- Extracted data:
....

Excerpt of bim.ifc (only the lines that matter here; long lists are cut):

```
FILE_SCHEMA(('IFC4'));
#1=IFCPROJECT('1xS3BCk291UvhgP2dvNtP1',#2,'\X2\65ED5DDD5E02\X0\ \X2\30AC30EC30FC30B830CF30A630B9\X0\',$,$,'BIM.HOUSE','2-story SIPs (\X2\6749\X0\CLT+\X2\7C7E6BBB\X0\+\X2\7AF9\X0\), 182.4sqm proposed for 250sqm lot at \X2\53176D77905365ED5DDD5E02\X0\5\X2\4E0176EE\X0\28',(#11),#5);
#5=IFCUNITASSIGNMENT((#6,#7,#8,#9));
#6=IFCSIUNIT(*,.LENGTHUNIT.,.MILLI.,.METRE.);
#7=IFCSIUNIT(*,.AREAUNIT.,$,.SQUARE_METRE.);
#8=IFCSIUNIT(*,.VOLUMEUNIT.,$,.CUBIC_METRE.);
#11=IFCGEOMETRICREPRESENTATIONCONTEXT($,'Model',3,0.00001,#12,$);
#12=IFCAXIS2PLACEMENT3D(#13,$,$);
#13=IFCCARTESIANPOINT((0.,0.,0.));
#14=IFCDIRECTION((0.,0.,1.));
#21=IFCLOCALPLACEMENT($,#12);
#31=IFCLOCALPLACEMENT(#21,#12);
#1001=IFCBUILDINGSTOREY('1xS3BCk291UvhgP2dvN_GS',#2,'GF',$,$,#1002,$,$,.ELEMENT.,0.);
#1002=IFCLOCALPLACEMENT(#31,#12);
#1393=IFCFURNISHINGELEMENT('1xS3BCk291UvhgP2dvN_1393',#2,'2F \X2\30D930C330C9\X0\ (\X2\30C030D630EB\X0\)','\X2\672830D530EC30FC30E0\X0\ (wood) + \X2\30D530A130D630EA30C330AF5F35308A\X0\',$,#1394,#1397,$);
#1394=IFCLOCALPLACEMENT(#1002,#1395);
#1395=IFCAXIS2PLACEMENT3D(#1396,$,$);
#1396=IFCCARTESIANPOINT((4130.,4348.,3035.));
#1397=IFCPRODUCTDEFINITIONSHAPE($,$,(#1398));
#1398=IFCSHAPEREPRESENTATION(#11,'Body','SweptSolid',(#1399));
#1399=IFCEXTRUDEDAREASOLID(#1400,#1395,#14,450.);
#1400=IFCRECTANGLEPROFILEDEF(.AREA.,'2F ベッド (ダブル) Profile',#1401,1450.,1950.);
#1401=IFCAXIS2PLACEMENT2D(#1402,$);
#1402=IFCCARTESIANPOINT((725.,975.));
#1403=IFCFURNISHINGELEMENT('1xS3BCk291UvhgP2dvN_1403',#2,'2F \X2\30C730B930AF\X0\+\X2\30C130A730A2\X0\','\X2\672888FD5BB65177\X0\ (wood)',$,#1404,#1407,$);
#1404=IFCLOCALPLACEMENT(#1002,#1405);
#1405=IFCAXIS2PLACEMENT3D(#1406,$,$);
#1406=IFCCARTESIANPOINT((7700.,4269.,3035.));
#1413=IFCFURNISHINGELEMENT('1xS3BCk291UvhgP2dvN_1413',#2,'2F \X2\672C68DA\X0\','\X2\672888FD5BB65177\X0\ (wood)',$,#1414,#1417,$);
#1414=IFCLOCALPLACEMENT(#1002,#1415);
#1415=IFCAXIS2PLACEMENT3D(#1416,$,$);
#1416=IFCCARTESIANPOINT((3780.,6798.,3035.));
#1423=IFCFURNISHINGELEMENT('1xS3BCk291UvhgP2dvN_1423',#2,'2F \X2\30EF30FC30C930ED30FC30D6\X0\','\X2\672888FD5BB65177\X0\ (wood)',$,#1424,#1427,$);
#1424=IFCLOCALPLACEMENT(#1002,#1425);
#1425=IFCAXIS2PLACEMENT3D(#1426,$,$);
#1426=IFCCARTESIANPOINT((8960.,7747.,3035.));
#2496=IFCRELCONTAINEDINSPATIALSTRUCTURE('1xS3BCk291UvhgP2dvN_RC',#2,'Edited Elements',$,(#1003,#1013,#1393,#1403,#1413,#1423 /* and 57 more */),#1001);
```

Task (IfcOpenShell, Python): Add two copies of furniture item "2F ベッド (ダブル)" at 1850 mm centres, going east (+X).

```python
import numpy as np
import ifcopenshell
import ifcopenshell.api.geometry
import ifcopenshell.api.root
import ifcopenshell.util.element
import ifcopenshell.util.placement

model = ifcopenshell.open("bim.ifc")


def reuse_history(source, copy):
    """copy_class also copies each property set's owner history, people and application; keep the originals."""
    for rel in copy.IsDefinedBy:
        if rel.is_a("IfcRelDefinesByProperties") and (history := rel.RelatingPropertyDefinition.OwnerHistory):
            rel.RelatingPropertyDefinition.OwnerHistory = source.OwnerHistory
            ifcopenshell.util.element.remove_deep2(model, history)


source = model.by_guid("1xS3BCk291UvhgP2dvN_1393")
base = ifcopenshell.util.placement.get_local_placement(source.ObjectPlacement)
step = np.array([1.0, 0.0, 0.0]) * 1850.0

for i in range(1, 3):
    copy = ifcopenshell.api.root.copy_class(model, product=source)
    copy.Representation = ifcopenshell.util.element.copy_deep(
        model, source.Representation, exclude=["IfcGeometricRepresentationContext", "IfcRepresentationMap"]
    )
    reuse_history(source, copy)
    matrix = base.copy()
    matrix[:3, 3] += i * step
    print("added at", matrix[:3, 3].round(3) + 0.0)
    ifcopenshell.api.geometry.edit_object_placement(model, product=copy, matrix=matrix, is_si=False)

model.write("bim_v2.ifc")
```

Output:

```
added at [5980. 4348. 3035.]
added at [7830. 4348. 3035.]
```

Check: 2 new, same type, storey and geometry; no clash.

....

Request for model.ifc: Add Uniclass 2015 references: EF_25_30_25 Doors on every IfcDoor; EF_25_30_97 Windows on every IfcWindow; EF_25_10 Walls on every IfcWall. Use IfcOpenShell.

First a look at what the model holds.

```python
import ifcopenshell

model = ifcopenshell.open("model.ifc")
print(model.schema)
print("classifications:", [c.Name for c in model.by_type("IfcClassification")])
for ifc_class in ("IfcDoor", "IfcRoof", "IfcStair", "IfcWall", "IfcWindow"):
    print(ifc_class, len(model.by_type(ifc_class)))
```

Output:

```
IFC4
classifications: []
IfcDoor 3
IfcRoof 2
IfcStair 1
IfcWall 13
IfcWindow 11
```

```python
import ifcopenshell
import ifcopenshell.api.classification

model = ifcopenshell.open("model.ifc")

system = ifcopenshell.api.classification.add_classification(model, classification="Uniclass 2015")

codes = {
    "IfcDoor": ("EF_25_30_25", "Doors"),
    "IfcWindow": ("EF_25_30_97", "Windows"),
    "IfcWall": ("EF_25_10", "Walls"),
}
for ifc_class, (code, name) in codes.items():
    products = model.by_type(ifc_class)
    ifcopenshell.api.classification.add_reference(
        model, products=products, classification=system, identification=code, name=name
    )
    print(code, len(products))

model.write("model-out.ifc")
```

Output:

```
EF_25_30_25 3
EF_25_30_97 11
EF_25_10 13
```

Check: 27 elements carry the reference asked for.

....

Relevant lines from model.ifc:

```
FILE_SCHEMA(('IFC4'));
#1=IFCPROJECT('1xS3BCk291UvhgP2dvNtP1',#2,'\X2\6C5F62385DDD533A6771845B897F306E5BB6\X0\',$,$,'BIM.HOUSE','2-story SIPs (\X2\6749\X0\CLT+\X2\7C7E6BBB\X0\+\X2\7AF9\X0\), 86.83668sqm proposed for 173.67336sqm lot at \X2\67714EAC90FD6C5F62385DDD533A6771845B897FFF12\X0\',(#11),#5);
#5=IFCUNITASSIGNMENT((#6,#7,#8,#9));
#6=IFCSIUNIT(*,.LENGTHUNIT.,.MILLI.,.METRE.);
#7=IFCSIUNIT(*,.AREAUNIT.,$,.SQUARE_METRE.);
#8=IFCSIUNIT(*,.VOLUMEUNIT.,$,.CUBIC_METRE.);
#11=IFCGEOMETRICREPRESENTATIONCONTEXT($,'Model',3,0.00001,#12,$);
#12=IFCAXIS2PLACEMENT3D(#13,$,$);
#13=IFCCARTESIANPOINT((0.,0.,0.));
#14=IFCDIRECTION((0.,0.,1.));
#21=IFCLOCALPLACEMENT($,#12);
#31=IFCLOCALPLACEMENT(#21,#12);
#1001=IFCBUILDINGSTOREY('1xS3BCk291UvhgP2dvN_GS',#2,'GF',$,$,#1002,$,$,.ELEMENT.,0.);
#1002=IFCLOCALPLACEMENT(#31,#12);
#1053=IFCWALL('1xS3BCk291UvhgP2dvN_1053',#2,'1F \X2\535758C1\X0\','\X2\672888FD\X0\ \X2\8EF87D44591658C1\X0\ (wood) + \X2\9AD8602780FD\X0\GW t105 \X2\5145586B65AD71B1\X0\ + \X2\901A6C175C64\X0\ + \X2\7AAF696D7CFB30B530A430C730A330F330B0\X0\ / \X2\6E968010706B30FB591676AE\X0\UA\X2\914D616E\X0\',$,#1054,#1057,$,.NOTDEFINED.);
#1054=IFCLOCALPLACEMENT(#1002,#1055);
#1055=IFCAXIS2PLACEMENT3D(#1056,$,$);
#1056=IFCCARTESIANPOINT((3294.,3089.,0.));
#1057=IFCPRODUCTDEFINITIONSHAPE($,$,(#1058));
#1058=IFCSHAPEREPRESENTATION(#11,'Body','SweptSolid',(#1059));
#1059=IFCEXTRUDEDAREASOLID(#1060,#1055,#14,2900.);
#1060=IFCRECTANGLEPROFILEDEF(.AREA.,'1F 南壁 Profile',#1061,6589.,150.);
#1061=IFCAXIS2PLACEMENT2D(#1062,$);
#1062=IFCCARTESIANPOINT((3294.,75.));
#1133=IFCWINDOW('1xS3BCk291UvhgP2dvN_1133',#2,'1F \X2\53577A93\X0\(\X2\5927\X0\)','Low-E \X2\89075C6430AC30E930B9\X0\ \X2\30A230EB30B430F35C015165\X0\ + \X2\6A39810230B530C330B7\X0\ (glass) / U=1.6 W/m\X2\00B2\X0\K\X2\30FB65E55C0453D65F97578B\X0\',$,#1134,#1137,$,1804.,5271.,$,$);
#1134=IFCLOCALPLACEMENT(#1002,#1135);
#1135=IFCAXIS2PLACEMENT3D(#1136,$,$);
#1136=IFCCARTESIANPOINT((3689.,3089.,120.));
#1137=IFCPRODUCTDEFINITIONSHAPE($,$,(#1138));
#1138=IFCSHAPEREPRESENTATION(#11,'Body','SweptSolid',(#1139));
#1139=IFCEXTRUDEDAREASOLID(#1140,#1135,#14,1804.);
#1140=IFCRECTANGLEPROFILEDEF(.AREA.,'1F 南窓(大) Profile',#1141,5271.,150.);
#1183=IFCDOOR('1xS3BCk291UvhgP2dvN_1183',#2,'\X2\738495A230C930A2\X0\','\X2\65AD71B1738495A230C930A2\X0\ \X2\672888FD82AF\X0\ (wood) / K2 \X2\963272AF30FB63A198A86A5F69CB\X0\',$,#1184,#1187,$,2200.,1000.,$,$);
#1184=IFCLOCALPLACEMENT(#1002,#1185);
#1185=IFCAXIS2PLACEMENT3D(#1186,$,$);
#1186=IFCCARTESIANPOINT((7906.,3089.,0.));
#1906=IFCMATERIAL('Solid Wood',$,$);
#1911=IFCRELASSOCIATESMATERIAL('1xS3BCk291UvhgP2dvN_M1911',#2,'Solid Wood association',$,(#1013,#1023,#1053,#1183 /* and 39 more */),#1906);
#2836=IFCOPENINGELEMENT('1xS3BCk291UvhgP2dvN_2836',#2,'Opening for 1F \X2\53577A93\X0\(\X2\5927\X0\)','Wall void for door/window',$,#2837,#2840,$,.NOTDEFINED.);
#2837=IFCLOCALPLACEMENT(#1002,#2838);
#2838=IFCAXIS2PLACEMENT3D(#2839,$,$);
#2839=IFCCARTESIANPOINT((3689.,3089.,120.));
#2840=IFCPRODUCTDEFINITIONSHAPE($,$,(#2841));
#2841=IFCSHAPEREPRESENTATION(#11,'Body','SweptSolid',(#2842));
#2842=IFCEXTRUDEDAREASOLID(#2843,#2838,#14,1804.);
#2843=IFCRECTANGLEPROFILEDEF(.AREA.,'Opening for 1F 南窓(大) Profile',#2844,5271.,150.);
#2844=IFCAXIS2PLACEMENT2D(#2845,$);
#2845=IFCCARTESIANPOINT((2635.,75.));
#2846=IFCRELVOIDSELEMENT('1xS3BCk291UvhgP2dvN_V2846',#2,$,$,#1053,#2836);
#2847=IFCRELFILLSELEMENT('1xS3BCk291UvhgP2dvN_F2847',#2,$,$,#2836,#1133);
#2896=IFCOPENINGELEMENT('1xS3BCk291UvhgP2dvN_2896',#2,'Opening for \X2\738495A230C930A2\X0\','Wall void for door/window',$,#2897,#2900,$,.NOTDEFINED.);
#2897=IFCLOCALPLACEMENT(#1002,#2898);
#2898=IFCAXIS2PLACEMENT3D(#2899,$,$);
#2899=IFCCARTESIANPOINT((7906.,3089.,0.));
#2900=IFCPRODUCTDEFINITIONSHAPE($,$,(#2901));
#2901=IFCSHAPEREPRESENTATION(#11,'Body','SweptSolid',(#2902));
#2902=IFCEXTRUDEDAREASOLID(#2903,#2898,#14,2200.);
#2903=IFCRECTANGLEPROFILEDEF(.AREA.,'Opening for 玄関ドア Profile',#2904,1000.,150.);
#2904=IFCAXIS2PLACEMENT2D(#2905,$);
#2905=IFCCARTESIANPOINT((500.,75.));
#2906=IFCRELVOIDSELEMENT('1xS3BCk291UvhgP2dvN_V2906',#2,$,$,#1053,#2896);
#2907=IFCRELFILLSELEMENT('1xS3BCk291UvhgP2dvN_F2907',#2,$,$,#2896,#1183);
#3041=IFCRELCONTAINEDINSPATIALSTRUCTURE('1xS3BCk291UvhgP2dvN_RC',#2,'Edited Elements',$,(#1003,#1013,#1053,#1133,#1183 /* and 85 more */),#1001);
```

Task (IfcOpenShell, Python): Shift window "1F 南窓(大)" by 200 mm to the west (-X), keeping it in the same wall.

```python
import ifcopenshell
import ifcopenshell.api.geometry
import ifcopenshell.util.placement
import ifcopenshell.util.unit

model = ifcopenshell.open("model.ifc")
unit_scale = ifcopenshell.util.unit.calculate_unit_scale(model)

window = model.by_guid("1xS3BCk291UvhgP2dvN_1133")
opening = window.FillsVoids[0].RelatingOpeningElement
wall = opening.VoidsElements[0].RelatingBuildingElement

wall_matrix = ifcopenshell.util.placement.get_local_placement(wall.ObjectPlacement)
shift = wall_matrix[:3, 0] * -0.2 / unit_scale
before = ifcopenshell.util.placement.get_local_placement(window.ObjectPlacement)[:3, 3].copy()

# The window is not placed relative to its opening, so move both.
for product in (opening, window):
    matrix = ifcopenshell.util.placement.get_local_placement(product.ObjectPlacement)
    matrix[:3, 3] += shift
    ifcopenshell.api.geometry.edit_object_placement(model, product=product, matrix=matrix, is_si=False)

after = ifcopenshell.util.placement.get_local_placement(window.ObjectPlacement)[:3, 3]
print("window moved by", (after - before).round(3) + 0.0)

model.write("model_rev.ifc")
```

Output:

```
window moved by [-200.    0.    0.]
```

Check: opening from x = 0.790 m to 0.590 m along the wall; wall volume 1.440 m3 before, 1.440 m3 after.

....

- Problem:
Looking at the data above, show all lines where the word "SIPs" occurs.

- Answer space:
#1=IFCPROJECT('1xS3BCk291UvhgP2dvNtP1',#2,'\X2\65ED5DDD5E02\X0\ \X2\30AC30EC30FC30B830CF30A630B9\X0\',$,$,'BIM.HOUSE','2-story SIPs (\X2\6749\X0\CLT+\X2\7C7E6BBB\X0\+\X2\7AF9\X0\), 182.4sqm proposed for 250sqm lot at \X2\53176D77905365ED5DDD5E02\X0\5\X2\4E0176EE\X0\28',(#11),#5);
#1=IFCPROJECT('1xS3BCk291UvhgP2dvNtP1',#2,'\X2\6C5F62385DDD533A6771845B897F306E5BB6\X0\',$,$,'BIM.HOUSE','2-story SIPs (\X2\6749\X0\CLT+\X2\7C7E6BBB\X0\+\X2\7AF9\X0\), 86.83668sqm proposed for 173.67336sqm lot at \X2\67714EAC90FD6C5F62385DDD533A6771845B897FFF12\X0\',(#11),#5);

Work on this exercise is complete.